■ **Action item**:
The first line of the data below and every line after it, through the one with "#3=IFCDIRECTION((0.768367,0.640009));", must be transcribed without change.

Data to use: Begin

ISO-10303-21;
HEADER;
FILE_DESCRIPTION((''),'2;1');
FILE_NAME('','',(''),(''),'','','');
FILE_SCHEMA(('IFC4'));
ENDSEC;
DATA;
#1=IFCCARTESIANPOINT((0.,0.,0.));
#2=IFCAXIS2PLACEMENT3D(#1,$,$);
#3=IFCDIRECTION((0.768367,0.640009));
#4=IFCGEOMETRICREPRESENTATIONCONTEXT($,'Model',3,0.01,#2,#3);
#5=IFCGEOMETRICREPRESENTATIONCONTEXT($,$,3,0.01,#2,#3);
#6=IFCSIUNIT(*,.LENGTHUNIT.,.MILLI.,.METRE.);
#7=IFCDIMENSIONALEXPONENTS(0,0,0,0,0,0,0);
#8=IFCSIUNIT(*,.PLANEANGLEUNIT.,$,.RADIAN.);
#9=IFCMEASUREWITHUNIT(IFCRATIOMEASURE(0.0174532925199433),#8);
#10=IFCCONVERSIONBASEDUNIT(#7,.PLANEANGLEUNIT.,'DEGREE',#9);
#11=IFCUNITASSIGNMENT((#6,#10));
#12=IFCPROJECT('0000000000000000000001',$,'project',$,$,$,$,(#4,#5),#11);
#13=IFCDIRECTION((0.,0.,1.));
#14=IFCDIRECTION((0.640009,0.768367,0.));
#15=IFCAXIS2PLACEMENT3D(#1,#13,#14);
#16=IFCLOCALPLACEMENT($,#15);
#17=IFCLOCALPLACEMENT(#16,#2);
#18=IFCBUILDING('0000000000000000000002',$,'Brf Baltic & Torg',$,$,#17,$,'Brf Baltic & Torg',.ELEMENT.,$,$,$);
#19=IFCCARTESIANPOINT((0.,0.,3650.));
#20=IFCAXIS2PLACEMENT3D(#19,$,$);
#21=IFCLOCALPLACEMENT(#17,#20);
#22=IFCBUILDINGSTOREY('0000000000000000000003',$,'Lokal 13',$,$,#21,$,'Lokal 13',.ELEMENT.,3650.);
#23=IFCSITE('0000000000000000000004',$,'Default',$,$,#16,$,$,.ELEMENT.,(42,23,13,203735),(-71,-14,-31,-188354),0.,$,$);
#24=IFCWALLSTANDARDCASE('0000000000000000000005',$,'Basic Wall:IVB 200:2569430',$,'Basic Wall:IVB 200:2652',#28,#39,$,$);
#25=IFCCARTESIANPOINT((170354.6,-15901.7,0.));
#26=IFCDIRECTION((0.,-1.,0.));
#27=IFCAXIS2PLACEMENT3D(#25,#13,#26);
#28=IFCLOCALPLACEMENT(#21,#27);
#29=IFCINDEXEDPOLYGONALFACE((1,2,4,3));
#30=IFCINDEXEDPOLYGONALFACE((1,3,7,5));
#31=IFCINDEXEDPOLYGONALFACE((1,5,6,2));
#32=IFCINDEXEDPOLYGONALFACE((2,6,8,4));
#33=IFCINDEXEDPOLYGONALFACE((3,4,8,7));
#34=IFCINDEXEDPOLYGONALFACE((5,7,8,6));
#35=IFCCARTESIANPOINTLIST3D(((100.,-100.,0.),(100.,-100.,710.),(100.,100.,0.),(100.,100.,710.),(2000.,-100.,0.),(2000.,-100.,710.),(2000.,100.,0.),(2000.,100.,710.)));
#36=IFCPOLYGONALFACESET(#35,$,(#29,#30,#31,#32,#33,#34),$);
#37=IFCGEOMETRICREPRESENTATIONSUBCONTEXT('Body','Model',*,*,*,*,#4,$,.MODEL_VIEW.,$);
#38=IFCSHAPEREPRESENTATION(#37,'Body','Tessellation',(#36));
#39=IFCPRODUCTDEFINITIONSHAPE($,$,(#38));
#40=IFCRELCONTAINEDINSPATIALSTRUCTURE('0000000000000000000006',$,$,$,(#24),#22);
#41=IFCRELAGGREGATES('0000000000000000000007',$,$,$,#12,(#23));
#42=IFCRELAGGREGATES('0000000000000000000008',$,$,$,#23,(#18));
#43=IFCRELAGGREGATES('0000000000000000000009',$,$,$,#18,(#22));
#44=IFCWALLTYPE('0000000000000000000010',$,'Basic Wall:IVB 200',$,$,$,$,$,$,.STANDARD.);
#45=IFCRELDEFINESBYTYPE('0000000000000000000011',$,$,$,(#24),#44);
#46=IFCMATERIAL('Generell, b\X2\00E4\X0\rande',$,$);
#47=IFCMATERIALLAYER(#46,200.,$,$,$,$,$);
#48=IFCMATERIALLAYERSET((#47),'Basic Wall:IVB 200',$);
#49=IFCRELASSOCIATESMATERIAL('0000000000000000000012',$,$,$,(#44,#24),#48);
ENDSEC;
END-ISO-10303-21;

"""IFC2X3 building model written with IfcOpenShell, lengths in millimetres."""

from ifc_helpers import new_model, entity, si_unit, converted_unit, direction, frame, frame_2d, origin, place, context, subcontext, project, spatial, rectangle, extrude, clip, halfspace, material, layer, layer_set, layer_usage, type_object, element, save


model = new_model("IFC2X3")

# Units and contexts
model_context = context("Model", 3, precision=0.01, world=origin(), true_north=direction((0.768367, 0.640009)))
context_of_model = context(None, 3, precision=0.01, world=origin(), true_north=direction((0.768367, 0.640009)))
body_context = subcontext(model_context, "Body", "Model", "MODEL_VIEW")
ifc_project = project(units=[si_unit("LENGTHUNIT", "METRE", prefix="MILLI"), converted_unit("PLANEANGLEUNIT", "DEGREE", entity("IfcRatioMeasure", 0.0174532925199433), si_unit("PLANEANGLEUNIT", "RADIAN"), dimensions=[0, 0, 0, 0, 0, 0, 0])], contexts=[model_context, context_of_model])

# Site, building, storey
site_placement = place(None, frame((0.0, 0.0, 0.0), z_axis=(0.0, 0.0, 1.0), x_axis=(0.640009, 0.768367, 0.0)))
site = spatial("IfcSite", under=ifc_project, at=site_placement, Name="Default", CompositionType="ELEMENT", RefLatitude=(42, 23, 13, 203735), RefLongitude=(-71, -14, -31, -188354), RefElevation=0.0)
building_placement = place(site_placement, origin())
building = spatial("IfcBuilding", under=site, at=building_placement, Name="Brf Baltic & Torg", LongName="Brf Baltic & Torg", CompositionType="ELEMENT")
storey_placement = place(building_placement, frame((0.0, 0.0, 3650.0)))
storey = spatial("IfcBuildingStorey", under=building, at=storey_placement, Name="Lokal 13", LongName="Lokal 13", CompositionType="ELEMENT", Elevation=3650.0)

# Wall, opening
ifc_material = material(Name="Generell, bärande")
ifc_layer_1 = layer(ifc_material, 200.0)
ifc_layer_set_1 = layer_set([ifc_layer_1], Name="Basic Wall:IVB 200")
ifc_layer_usage_1 = layer_usage(ifc_layer_set_1, "AXIS2", "NEGATIVE", 100.0)
wall_type_1 = type_object("IfcWallType", Name="Basic Wall:IVB 200", PredefinedType="STANDARD", material=ifc_layer_set_1)
wall_1_placement = place(storey_placement, frame((170354.6, -15901.7, 0.0), z_axis=(0.0, 0.0, 1.0), x_axis=(0.0, -1.0, 0.0)))
wall_1 = element("IfcWallStandardCase", 1, at=wall_1_placement, inside=storey, type_object=wall_type_1, material=ifc_layer_usage_1, Name="Basic Wall:IVB 200:2569430", ObjectType="Basic Wall:IVB 200:2652", context=body_context, shape_type="Clipping", body=[
    clip(extrude(rectangle(XDim=1900.0, YDim=200.0, at=frame_2d((1050.0, 0.0), x_axis=(-1.0, 0.0))), origin(), (0.0, 0.0, 1.0), 710.0), halfspace(frame((0.0, 0.0, -2000.0)), True)),
])
opening_1_placement = place(wall_1_placement, origin())
element("IfcOpeningElement", 2, at=opening_1_placement, cuts=wall_1, ObjectType="Opening", context=body_context, shape_type="SweptSolid", body=[
    extrude(rectangle(XDim=2500.0, YDim=200.0, at=frame_2d((0.0, 0.0), x_axis=(0.0, 1.0))), frame((100.0, 100.0, 920.0), z_axis=(0.0, 1.0, 0.0), x_axis=(1.0, 0.0, 0.0)), (0.0, 0.0, 1.0), 2020.0),
])

save(model, "model.ifc")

Data to use: End

■ **Response to this task**:
ISO-10303-21;
HEADER;
FILE_DESCRIPTION((''),'2;1');
FILE_NAME('','',(''),(''),'','','');
FILE_SCHEMA(('IFC4'));
ENDSEC;
DATA;
#1=IFCCARTESIANPOINT((0.,0.,0.));
#2=IFCAXIS2PLACEMENT3D(#1,$,$);
#3=IFCDIRECTION((0.768367,0.640009));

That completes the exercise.